Exercise objective
Lines in the data below that contain the word "IfcUnitAssignment" are to be copied.

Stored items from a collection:
+===+
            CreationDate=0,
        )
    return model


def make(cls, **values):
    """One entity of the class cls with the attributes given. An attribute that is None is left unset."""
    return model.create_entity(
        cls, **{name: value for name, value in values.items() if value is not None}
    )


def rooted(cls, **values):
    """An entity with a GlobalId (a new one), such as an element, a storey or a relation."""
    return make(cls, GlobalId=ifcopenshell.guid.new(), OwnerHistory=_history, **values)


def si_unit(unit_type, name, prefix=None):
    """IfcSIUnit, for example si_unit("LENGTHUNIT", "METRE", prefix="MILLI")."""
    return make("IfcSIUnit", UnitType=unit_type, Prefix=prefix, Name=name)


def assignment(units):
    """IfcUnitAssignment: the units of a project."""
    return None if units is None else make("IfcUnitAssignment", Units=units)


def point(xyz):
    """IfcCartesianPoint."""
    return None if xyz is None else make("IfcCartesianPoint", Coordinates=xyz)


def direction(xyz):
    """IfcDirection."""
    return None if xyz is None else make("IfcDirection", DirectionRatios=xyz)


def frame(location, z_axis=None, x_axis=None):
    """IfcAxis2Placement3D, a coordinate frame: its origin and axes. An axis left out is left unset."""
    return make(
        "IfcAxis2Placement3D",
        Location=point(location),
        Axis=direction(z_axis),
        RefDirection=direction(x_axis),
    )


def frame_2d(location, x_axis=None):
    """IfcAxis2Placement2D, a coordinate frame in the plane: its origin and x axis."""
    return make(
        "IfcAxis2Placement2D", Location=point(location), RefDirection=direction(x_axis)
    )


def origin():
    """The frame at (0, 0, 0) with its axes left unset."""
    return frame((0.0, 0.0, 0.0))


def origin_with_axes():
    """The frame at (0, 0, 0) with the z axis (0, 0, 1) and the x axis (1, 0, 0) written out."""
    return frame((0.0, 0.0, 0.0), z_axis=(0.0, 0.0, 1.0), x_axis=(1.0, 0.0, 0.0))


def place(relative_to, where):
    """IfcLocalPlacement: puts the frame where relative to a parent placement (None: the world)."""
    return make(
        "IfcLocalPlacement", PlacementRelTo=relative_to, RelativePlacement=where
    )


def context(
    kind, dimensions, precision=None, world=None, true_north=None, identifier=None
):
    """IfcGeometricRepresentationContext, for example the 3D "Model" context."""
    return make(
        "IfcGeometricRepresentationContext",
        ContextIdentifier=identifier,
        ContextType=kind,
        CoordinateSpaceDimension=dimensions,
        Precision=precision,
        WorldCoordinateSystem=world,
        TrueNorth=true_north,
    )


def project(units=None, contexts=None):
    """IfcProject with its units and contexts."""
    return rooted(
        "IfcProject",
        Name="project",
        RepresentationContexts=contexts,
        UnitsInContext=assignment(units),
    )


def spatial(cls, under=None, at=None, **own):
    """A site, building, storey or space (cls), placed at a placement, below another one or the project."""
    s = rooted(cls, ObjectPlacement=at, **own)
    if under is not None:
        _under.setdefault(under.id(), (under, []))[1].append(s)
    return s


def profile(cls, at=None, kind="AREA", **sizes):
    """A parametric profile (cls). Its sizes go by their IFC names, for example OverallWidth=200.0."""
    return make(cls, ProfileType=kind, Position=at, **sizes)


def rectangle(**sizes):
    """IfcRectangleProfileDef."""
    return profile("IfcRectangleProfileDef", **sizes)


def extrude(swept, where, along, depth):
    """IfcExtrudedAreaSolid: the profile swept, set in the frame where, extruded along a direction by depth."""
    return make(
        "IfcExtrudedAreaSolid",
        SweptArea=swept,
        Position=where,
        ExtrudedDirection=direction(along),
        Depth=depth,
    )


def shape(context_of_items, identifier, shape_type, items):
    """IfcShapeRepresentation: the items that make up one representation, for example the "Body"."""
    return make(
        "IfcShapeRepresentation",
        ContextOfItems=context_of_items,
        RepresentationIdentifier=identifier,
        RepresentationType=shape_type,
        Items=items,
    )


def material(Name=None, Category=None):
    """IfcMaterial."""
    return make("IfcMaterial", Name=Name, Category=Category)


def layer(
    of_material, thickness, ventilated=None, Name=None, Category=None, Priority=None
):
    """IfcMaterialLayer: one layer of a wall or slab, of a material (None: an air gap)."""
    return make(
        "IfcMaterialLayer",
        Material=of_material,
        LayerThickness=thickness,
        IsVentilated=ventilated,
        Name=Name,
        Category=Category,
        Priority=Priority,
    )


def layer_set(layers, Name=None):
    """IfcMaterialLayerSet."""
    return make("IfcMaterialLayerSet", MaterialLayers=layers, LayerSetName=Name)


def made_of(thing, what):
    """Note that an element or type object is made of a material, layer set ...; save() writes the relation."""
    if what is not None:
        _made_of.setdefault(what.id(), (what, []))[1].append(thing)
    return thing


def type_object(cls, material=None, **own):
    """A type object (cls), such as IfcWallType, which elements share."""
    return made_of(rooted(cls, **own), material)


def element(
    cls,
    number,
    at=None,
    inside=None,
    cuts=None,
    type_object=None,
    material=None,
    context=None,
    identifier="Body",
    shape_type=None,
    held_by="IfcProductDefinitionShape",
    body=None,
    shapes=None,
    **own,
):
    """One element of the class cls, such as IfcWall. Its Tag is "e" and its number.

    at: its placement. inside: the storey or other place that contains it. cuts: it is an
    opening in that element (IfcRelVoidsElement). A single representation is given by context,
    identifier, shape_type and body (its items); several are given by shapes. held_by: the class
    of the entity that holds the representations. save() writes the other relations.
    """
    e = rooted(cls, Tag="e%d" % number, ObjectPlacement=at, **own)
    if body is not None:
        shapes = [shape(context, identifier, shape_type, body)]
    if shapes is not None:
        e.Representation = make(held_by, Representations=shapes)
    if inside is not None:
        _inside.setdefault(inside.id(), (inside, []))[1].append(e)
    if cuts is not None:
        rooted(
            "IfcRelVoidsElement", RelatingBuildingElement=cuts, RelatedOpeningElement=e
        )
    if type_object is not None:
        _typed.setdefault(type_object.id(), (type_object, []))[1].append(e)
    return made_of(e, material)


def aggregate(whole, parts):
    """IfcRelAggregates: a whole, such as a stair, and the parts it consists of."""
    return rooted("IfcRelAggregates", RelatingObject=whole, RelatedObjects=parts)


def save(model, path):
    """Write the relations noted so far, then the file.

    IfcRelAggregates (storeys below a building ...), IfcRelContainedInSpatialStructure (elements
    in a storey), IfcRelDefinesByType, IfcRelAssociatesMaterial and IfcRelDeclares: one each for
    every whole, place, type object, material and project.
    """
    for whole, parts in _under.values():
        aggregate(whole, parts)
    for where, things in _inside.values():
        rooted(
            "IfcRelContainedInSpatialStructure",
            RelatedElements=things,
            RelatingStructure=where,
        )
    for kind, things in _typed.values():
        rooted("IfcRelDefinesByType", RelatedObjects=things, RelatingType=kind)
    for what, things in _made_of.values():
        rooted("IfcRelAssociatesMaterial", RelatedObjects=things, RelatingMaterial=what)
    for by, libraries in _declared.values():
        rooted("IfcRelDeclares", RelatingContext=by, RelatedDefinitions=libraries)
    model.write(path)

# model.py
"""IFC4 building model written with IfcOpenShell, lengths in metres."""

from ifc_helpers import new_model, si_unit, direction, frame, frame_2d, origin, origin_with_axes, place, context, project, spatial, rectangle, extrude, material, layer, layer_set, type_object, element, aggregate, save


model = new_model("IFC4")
+===+
Problem solution
    """IfcUnitAssignment: the units of a project."""
    return None if units is None else make("IfcUnitAssignment", Units=units)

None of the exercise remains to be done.